# Ejection DVD impossible



## Fadasse (23 Novembre 2008)

Bonsoir

Il m'est impossible d'éjecter mon DVD. Il sort d'à peine 1MM et entre de nouveau dans le lecteur.
J'ai bien sur fais une recherche sur le forum et j'ai essayé le trombone. A mon avis il n'y a pas de bouton sur mon PB G4 1,67GHz.
Je penche pour un problème mécanique. Maintenant que je suis devant le fait accompli, je ne suis plus vraiment objectif, mais il me semble qu'à l'insertion la poussée était un peu plus forte que d'habitude.

Une idée ?
Une astuce ?


----------



## oflorent (24 Novembre 2008)

Apple prévoit ça : 

*Éjection d'un disque lorsque tout a échoué 
Si vous avez essayé toutes les méthodes habituelles d'éjection d'un CD ou d'un DVD du lecteur optique de votre ordinateur sans succès, il existe quelques méthodes manuelles. 
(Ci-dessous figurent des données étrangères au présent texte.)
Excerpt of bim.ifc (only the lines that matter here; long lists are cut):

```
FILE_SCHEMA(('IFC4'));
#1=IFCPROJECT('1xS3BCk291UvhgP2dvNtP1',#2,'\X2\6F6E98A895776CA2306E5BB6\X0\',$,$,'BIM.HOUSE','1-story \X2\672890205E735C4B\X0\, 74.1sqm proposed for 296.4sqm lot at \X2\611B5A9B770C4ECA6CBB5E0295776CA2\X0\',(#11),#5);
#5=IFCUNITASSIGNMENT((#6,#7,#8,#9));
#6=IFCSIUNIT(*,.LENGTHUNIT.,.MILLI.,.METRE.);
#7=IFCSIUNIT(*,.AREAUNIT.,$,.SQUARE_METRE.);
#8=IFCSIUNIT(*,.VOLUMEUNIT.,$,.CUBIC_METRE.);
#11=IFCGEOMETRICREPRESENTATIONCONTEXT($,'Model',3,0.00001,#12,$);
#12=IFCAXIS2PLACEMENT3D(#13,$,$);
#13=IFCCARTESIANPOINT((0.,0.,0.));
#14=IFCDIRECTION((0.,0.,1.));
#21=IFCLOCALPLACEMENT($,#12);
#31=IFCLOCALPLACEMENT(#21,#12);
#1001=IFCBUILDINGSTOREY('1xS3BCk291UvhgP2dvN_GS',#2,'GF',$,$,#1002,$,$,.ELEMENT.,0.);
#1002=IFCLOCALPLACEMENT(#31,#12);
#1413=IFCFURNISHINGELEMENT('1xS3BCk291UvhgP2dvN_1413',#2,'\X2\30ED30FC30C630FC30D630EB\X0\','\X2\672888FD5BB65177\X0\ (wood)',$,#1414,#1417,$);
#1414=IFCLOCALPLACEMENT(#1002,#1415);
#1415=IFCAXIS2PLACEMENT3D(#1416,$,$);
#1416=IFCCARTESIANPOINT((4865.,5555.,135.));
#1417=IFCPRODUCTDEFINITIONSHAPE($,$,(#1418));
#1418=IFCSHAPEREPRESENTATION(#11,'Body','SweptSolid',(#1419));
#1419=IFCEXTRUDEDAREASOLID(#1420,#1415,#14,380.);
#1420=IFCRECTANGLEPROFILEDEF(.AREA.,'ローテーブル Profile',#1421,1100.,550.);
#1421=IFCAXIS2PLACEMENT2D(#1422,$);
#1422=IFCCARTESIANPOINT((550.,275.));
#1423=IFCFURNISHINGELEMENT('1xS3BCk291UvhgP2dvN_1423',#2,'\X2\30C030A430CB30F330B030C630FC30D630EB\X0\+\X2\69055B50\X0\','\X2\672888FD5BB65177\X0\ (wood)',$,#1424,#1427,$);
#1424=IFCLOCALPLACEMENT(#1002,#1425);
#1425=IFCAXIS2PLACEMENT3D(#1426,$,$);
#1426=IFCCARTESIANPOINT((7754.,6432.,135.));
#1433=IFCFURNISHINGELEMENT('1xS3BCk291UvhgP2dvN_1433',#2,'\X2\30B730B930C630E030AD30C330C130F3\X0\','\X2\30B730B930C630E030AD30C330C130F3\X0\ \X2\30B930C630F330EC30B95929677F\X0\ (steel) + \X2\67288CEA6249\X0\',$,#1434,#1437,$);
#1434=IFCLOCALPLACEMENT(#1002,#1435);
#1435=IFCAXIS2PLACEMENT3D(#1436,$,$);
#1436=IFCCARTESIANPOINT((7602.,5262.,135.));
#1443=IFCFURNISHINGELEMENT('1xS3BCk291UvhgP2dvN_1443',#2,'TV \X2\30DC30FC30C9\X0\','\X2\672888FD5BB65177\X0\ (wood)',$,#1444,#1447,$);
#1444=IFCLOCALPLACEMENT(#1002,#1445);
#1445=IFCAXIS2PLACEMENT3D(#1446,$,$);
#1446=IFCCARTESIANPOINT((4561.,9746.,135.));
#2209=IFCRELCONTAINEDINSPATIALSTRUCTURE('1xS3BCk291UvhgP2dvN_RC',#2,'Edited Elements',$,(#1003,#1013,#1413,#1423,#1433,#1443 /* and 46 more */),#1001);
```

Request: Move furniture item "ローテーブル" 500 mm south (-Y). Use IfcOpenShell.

```python
import ifcopenshell
import ifcopenshell.api.geometry
import ifcopenshell.util.placement
import ifcopenshell.util.unit

model = ifcopenshell.open("bim.ifc")
unit_scale = ifcopenshell.util.unit.calculate_unit_scale(model)

item = model.by_id(1413)
matrix = ifcopenshell.util.placement.get_local_placement(item.ObjectPlacement)
matrix[1, 3] -= 0.5 / unit_scale
ifcopenshell.api.geometry.edit_object_placement(model, product=item, matrix=matrix, is_si=False)

print(ifcopenshell.util.placement.get_local_placement(item.ObjectPlacement).round(3) + 0.0)

model.write("bim_rev.ifc")
```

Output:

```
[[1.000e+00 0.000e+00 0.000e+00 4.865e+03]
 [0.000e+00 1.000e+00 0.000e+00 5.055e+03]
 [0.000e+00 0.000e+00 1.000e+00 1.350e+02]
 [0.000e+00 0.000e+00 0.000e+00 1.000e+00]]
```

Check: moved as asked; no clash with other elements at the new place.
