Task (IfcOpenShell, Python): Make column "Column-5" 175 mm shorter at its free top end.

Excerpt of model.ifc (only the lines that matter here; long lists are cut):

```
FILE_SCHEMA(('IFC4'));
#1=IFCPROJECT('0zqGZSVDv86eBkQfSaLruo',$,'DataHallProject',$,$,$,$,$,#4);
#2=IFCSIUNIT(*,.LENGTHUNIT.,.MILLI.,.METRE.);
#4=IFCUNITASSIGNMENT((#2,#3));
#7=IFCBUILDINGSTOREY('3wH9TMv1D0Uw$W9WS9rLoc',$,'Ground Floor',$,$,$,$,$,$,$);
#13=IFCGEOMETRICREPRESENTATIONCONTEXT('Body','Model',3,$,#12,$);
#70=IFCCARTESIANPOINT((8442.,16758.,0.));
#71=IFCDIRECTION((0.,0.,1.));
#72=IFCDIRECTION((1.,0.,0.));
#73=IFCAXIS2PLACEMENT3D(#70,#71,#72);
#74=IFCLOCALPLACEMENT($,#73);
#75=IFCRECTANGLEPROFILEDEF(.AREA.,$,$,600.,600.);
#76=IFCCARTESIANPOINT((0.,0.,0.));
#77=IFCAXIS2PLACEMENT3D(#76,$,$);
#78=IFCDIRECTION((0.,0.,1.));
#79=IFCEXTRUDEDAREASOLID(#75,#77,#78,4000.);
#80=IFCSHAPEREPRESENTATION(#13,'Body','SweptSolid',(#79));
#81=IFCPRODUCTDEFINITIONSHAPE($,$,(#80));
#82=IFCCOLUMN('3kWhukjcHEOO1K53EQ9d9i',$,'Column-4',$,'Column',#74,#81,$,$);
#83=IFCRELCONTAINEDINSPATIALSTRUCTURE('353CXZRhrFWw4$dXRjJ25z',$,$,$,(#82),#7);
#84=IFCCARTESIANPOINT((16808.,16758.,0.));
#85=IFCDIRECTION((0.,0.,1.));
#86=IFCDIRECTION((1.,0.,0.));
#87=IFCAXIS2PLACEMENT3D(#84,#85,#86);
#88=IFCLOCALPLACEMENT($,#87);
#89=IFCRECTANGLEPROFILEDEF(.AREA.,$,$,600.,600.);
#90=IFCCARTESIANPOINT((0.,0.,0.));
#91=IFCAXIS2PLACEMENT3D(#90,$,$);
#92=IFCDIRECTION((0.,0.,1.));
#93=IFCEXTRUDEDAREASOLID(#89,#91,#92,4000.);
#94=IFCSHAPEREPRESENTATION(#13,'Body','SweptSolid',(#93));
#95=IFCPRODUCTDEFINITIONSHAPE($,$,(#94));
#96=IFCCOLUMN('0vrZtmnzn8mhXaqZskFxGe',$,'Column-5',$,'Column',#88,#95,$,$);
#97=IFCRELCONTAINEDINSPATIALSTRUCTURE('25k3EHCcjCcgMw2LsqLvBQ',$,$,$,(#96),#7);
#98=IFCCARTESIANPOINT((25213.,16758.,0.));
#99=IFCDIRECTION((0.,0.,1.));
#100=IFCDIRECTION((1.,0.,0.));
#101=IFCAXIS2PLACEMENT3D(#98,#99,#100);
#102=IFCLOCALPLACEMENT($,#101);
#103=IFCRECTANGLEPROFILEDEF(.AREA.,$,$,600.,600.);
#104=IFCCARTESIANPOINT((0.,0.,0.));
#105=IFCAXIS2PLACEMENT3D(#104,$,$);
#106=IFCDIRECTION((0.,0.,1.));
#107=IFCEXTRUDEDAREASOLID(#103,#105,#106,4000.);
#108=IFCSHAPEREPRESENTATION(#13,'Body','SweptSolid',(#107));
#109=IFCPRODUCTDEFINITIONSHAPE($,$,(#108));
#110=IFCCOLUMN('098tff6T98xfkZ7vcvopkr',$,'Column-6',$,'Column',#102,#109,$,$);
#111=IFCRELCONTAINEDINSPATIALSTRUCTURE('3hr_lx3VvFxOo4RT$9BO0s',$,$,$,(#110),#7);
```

```python
import ifcopenshell
import ifcopenshell.util.unit

model = ifcopenshell.open("model.ifc")
unit_scale = ifcopenshell.util.unit.calculate_unit_scale(model)

member = model.by_guid("0vrZtmnzn8mhXaqZskFxGe")
change = -0.175 / unit_scale

# The extrusion runs towards the end named, so only its depth changes.
body = next(r for r in member.Representation.Representations if r.RepresentationIdentifier == "Body")
solid = body.Items[0]
old_length = solid.Depth
solid.Depth += change

print(f"length {old_length:g} -> {solid.Depth:g}")

model.write("model_edited.ifc")
```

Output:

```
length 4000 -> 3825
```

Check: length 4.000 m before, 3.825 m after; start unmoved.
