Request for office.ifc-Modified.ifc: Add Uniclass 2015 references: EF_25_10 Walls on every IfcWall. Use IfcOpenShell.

First a look at what the model holds.

```python
import ifcopenshell

model = ifcopenshell.open("office.ifc-Modified.ifc")
print(model.schema)
print("classifications:", [c.Name for c in model.by_type("IfcClassification")])
for ifc_class in ("IfcDoor", "IfcRoof", "IfcStair", "IfcWall", "IfcWindow"):
    print(ifc_class, len(model.by_type(ifc_class)))
```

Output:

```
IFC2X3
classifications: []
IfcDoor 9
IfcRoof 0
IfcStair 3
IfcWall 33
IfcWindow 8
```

```python
import ifcopenshell
import ifcopenshell.api.classification

model = ifcopenshell.open("office.ifc-Modified.ifc")

# IFC2X3 requires Source and Edition and has no link from the project to the system.
system = model.create_entity("IfcClassification", Source="NBS", Edition="2015", Name="Uniclass 2015")

codes = {
    "IfcWall": ("EF_25_10", "Walls"),
}
for ifc_class, (code, name) in codes.items():
    products = model.by_type(ifc_class)
    ifcopenshell.api.classification.add_reference(
        model, products=products, classification=system, identification=code, name=name
    )
    print(code, len(products))

model.write("office.ifc-Modified-out.ifc")
```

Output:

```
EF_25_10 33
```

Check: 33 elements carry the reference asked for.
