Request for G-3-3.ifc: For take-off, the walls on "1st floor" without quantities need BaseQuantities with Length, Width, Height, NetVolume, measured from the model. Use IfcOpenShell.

First a look at what the model holds.

```python
import ifcopenshell
import ifcopenshell.util.element
import ifcopenshell.util.unit

model = ifcopenshell.open("G-3-3.ifc")
print(model.schema)
for unit_type in ("LENGTHUNIT", "AREAUNIT", "VOLUMEUNIT"):
    print(unit_type, ifcopenshell.util.unit.calculate_unit_scale(model, unit_type))
storey = next(s for s in model.by_type("IfcBuildingStorey") if s.Name == "1st floor")
walls = [e for e in ifcopenshell.util.element.get_decomposition(storey) if e.is_a("IfcWall")]
for e in sorted(walls, key=lambda e: e.id()):
    print(e.id(), e.is_a(), e.Name, list(ifcopenshell.util.element.get_psets(e, qtos_only=True)), sep=" | ")
```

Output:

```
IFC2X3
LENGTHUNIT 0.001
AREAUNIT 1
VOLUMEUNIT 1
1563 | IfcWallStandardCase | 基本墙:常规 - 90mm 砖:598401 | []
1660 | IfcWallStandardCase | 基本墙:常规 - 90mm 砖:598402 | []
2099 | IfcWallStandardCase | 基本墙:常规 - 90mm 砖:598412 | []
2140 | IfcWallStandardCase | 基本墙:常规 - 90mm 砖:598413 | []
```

```python
import ifcopenshell
import ifcopenshell.api.pset
import ifcopenshell.geom
import ifcopenshell.util.element
import ifcopenshell.util.shape
import ifcopenshell.util.unit

model = ifcopenshell.open("G-3-3.ifc")
unit_scale = ifcopenshell.util.unit.calculate_unit_scale(model)
volume_scale = ifcopenshell.util.unit.calculate_unit_scale(model, "VOLUMEUNIT")
settings = ifcopenshell.geom.settings()

storey = next(s for s in model.by_type("IfcBuildingStorey") if s.Name == "1st floor")
walls = [e for e in ifcopenshell.util.element.get_decomposition(storey) if e.is_a("IfcWall")]

for e in sorted(walls, key=lambda e: e.id()):
    if ifcopenshell.util.element.get_psets(e, qtos_only=True, should_inherit=False):
        continue
    # Geometry comes back in metres, in the element's own axes.
    shape = ifcopenshell.geom.create_shape(settings, e)
    values = {
        "Length": ifcopenshell.util.shape.get_x(shape.geometry) / unit_scale,
        "Width": ifcopenshell.util.shape.get_y(shape.geometry) / unit_scale,
        "Height": ifcopenshell.util.shape.get_z(shape.geometry) / unit_scale,
        "NetVolume": ifcopenshell.util.shape.get_volume(shape.geometry) / volume_scale,
    }
    qto = ifcopenshell.api.pset.add_qto(model, product=e, name="BaseQuantities")
    ifcopenshell.api.pset.edit_qto(model, qto=qto, properties=values)
    print(e.id(), {k: round(v, 3) for k, v in values.items()})

model.write("G-3-3-out.ifc")
```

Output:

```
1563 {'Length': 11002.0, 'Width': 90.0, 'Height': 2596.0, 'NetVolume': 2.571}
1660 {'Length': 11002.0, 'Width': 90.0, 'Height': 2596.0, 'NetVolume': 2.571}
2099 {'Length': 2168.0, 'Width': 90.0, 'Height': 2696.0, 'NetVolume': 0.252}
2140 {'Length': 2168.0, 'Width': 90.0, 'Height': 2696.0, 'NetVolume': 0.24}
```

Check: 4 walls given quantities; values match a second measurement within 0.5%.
Tout d'abord, quittez toutes les applications qui utilisent des fichiers sur le disque. Puis essayez une des ces méthodes alternatives : 


Choisissez le menu Pomme > Redémarrer et maintenez le bouton ou le trackpad de la souris enfoncé jusqu'à l'éjection du disque. 

Si votre lecteur dispose d'un trou d'éjection d'urgence, mettez l'ordinateur en veille et insérez un long trombone redressé dans ce petit trou (sa position varie en fonction des lecteurs). Appuyez fortement jusqu'à l'éjection du disque. 

Utilisez Open Firmware pour éjecter le disque si toutes les autres méthodes échouent (il se peut que ceci ne marche pas sur tous les ordinateurs). Pour utiliser cette méthode, vous devez démarrer et utiliser brièvement l'ordinateur en utilisant Open Firmware, pas le bureau Mac OS X standard. 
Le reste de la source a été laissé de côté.